Make Change! Build Olin!

Olin, this article is your call to action. This article is your mandate to do something. To make a difference. To have an impact! It’s up to you to take personal responsibility to better your environment, and I invite you to start right away. Tomorrow is Build Day, when Faculty, Students, Staff, and Alumni are invited to celebrate the Olin Community together. It will be a great chance for you to put your change-making abilities to the test!

I challenge you to make the most of this opportunity. Learn about the projects in advance, and make an effort to engage with every one that interests you. Use the schedule below to plan out your time. Consider the two overarching values that led to Build Day: that our community is worth investing in and that each and every one of us can create something beneficial if we decide to. Take the initiative, and introduce yourself to a member of the community you haven’t met yet – Faculty, Student, Staff, or Alum! Support the Project Champions who have invested time and energy into creating an experience for you – one that will also benefit the college. And then, think about this: you, too, can be a part of creating the next Build Day. You can identify a worthwhile project, propose it to the Build Day Architects, and work with them to make it a reality. You can even help run the show next year! Speaking from experience, it’s a vastly rewarding endeavor. You don’t even have to wait for next year’s Build Day – Oliners who care are turning their visions into reality all the time. At Olin, you can do this and more, if you want to. I know you have ideas.

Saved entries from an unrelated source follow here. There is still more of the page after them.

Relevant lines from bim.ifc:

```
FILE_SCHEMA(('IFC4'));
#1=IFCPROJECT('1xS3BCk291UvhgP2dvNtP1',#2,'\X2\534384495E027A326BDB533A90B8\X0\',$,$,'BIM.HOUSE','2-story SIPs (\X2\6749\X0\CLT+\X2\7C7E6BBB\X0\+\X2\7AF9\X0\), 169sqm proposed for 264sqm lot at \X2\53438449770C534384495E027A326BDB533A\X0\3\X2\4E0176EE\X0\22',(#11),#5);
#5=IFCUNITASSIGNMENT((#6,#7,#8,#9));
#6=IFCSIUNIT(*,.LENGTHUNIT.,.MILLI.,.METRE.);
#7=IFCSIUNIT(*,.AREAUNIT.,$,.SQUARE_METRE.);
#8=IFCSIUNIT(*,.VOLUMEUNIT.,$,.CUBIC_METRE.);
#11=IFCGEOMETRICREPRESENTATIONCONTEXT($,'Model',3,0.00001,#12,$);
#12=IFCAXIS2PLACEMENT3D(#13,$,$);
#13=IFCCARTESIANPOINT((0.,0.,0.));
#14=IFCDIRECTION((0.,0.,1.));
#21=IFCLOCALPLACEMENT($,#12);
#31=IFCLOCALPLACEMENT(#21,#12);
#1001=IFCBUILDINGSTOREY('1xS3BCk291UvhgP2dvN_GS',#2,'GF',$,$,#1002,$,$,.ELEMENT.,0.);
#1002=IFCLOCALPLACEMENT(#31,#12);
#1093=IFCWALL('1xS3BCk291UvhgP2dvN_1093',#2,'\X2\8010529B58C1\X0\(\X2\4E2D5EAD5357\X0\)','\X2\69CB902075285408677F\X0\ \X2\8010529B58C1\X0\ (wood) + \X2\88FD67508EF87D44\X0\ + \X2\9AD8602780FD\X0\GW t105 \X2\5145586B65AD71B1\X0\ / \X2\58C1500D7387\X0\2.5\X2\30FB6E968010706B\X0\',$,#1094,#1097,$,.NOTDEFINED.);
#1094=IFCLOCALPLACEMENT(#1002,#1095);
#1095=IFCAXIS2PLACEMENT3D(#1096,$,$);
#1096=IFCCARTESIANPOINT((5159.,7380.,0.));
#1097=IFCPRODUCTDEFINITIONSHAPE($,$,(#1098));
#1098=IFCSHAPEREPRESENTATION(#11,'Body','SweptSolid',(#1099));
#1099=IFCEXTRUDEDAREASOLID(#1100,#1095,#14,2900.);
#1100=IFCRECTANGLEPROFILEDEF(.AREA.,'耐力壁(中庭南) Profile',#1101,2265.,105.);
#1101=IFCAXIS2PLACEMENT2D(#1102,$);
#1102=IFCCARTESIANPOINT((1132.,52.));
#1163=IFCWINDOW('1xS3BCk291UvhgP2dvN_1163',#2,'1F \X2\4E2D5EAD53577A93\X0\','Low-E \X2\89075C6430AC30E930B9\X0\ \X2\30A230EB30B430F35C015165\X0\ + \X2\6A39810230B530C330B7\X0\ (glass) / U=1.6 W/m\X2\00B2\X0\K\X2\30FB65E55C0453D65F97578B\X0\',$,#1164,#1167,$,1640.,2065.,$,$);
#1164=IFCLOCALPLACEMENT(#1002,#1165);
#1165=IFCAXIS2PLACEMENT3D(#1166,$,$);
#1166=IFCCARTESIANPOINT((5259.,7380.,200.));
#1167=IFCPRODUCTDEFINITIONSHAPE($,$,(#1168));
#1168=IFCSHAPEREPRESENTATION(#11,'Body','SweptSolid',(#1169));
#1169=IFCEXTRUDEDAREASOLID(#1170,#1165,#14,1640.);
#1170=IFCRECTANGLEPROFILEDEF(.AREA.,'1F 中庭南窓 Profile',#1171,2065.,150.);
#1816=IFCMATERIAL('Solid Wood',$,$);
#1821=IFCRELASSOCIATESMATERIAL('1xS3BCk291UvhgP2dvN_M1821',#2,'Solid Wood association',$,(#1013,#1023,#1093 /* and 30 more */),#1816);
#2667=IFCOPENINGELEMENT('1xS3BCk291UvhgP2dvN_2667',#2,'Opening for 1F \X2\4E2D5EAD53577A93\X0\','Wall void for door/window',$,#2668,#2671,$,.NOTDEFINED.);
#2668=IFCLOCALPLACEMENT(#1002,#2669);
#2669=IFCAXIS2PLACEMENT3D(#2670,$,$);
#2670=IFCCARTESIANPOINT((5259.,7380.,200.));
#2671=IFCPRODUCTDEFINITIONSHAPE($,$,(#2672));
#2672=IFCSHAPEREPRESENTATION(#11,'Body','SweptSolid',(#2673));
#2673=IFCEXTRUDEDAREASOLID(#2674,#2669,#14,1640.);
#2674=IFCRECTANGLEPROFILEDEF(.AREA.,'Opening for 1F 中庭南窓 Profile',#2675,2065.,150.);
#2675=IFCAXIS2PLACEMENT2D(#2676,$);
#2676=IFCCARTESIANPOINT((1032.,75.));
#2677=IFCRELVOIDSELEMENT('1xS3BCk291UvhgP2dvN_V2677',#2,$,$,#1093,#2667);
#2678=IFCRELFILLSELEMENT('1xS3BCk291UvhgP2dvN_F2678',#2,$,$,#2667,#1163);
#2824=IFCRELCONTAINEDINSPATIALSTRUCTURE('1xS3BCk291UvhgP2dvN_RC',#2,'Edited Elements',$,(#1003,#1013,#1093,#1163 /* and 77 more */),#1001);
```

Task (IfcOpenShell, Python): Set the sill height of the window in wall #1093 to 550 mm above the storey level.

```python
import numpy as np
import ifcopenshell
import ifcopenshell.api.geometry
import ifcopenshell.geom
import ifcopenshell.util.element
import ifcopenshell.util.placement
import ifcopenshell.util.shape
import ifcopenshell.util.unit

model = ifcopenshell.open("bim.ifc")
unit_scale = ifcopenshell.util.unit.calculate_unit_scale(model)

window = model.by_guid("1xS3BCk291UvhgP2dvN_1163")
opening = window.FillsVoids[0].RelatingOpeningElement
storey = ifcopenshell.util.element.get_container(window, ifc_class="IfcBuildingStorey")
level = ifcopenshell.util.placement.get_local_placement(storey.ObjectPlacement)[2, 3]

# The opening's origin need not be at the sill, so measure its lowest point.
shape = ifcopenshell.geom.create_shape(ifcopenshell.geom.settings(), opening)
bottom = ifcopenshell.util.shape.get_shape_bottom_elevation(shape, shape.geometry) / unit_scale
dz = level + 550.0 - bottom

shift = np.array([0.0, 0.0, dz])
# The window is not placed relative to its opening, so move both.
for product in (opening, window):
    matrix = ifcopenshell.util.placement.get_local_placement(product.ObjectPlacement)
    matrix[:3, 3] += shift
    ifcopenshell.api.geometry.edit_object_placement(model, product=product, matrix=matrix, is_si=False)

print(f"moved by {dz * unit_scale:+.3f} m")

model.write("bim_v2.ifc")
```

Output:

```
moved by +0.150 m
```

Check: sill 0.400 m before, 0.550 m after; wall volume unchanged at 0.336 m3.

We are all successful when we work with others, learn from each other, and give back to one another. I know that it’s not always easy to act, but still, I implore you to! Try something. Experiment! If you do it ‘right,’ your experiments may take on a life of their own! Getting started is the hard part.

So how do you transform your ideas into reality? The first step is to talk with as many people as you can. Find out who has tried them before, who would care about them now, and who would be affected by their implementation. These are your stakeholders. Explain your vision to them. Justify your idea, and let them help you come up with solutions. Anticipate a way for your project to gracefully and cleanly fail. One way to do this is to frame it as an experiment. Another way is to make it impermanent. For instance, Sanjoy’s sticky-note wall of approximation has lasted years. It succeeds in its goal of demonstrating student work, but it can be replaced quickly and easily if necessary.
Here’s an example of the process in action: years ago, a Fundamentals of Business and Entrepreneurship (FBE) team planned an art exhibit in the dining hall. They got community approval of the artwork, asked facilities to okay the installation, and then gave it over to the people in charge of the space. Because they took strides to lay the groundwork for their piece, we are able to enjoy the giant painting above the clocks to this day. On the other hand, last year, a group of students invented #livephoenix – a screen affixed to a bar in the dining hall that automatically displayed the tweets of Oliners. Despite being a perfectly compelling creation, #livephoneix soon ended up dismantled, outside the Mail Room. The project was cleared away because its creatrs hadn’t communicated properly with the people responsible for the space. So, just before a high-profile campus event, facilities had no way to know who to contact, and choice but to remove it themselves. I still think about that project occasionally; about how easily it could have been rebuilt, and how it might have been reinstalled in a more sensible way, so that we might still be using it now. The key message? Get feedback.

Once you’re done getting feedback, don’t then wait around for authorization! We construct this imagined decision-maker in our minds who passively judges our proposals until they magically crystallize to perfection. Someone who then steps in and grants us her permission to act. But there is no ultimate stamp of approval. In reality, if you reach out to all of the relevant parties (and all of the people they suggest you contact as well), and you satisfy their doubts and implement their requests, there’s no one else to go to.

In a community as small as Olin’s, we frequently find problems without point-people. The bland Milas Hall Mezzanine was one, until Steve Brand went through the process I’ve just described, and arranged for an installation of student-built vehicles to live there over the summer. The aforementioned FBE team brought art to our common space. #livephoenix tried to address issues in communication. Nobody asked these people to solve these problems, but everyone benefited from their work. As Oliners, we face a unique blend of challenges (due to our size) and opportunity (due to our newness). I challenge you to pick a problem that you care about. And I urge you to try to fix it! Remember this: You, the person who cares enough about an issue to propose a solution to it, are as valid an authority to make it happen as anybody could be. Check in with the stakeholders, and get them to help you. Then, do something.